Le recordó cómo había llorado Eduardo cuando partiera a Francia años antes, cuando sólo era un niño. Le recordó la visita reciente de Margarita de Escocia. ¿No le demostraba eso lo mucho que lo querían?

¿Era tan importante el que sus súbditos fuesen ingratos y fáciles de extraviar, si él tenía a su lado a su querida familia? Debía pensar en ella, porque si no luchaba por su vida y no se aferraba a ella, condenaría a todos los suyos a un dolor que podía comprender perfectamente, ya que también él lo sentiría si le quitara a su esposa y reina.

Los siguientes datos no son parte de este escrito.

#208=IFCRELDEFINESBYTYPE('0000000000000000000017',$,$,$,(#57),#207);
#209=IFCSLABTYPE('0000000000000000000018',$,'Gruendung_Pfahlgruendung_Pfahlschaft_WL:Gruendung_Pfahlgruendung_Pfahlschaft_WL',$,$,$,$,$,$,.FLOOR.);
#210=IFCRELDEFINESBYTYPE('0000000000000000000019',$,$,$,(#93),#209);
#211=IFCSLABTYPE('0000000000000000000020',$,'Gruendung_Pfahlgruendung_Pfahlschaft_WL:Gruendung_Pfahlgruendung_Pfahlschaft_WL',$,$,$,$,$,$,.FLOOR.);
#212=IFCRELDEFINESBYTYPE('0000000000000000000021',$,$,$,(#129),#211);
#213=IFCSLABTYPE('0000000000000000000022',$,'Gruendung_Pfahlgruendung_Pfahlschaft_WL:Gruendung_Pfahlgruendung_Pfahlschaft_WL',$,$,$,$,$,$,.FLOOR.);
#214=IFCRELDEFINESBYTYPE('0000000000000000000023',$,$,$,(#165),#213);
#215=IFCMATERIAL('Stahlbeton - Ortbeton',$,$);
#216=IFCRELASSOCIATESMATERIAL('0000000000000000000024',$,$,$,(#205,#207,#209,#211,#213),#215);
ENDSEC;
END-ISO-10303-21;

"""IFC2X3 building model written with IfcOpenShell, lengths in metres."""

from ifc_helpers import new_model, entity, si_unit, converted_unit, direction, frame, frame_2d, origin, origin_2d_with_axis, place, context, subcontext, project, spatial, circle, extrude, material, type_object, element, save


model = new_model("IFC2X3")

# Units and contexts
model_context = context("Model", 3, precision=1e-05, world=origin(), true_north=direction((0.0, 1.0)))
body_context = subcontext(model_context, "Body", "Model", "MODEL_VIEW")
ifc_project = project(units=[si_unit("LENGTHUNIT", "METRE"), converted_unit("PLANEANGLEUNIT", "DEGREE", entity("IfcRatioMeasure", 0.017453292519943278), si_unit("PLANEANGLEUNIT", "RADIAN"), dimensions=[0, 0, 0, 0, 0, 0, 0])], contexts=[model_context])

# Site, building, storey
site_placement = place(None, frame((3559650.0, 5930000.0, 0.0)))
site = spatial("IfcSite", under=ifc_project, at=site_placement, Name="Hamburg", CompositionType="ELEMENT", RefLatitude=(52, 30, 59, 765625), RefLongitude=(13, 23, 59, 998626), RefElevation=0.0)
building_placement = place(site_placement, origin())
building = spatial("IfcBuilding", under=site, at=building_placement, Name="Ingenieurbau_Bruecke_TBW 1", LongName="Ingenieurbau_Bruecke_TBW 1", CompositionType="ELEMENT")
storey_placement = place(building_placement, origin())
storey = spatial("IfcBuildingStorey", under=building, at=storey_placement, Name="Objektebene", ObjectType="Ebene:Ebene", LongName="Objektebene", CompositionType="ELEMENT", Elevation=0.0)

Con los solícitos cuidados de Leonor, el rey empezó a reponerse, pero no había alcanzado la finalidad de su visita. Después de permanecer varios meses en Francia, la rebelión de la Gascuña se había solucionado, pero Luis no parecía dispuesto a ayudarle materialmente. Lo único que podía darle eran consejos, algo de lo que Enrique creía poder prescindir muy bien. Y Enrique volvió a Inglaterra.

* * *

Simon de Montfort había vuelto y su ausencia había reforzado su imagen ante los rebeldes. Los barones temían que Simon se cansara de la lucha y los abandonara para que lucharan solos contra el rey y, cuando volvió, lo acogieron con tanto entusiasmo que parecía haber llegado el momento oportuno para negociar con el monarca.

Convinieron en entrevistarse con éste y Simon fue a verlo con un grupo encabezado por él y por Roger Bigod de Norfolk.

Las Estipulaciones de Oxford debían ser respetadas, dijeron al monarca. Las había establecido el parlamento y el rey debía aceptar los deseos de su pueblo.

Roger Bigod dijo:

—Mi señor, desde vuestro regreso de Francia habéis traído más extranjeros aun al país. Esto, contraría los deseos del pueblo.

—Señor de Norfolk —repuso el rey—. Sois audaz, por cierto. Olvidáis de quién sois vasallo. Debéis volver a Norfolk y dedicaros a trillar maíz. Recordad que yo podría emitir un decreto por el cual me reservaría el derecho a trillarlo.

—Así es —dijo Bigod—. ¿Y no podría yo contestar mandándoos las cabezas de vuestros trilladores?

Esto era un desafío. Y Enrique no estaba muy seguro sobre la manera como debía librar en semejantes situaciones. Miró con enojo a los barones, quienes lo observaban atentamente. Un paso en falso y ésa podía ser la chispa que provocara el incendio.

¡Maldito Bigod y más maldito aun de Montfort!

Enrique adivinó que todos estaban prontos para la acción.

Se encogió de hombros y dijo a los barones que podían retirarse. Pero había traicionado su debilidad.

—Se acerca la hora en que podremos asestar el golpe —dijo Bigod.

Había tensión en todo el país. Ni el rey ni la reina se atrevían a salir sin la protección de una escolta armada. Enrique estaba fortificando rápidamente sus castillos y los más importantes, la Torre de Londres y el castillo de Windsor, fueron equipados para resistir un sitio.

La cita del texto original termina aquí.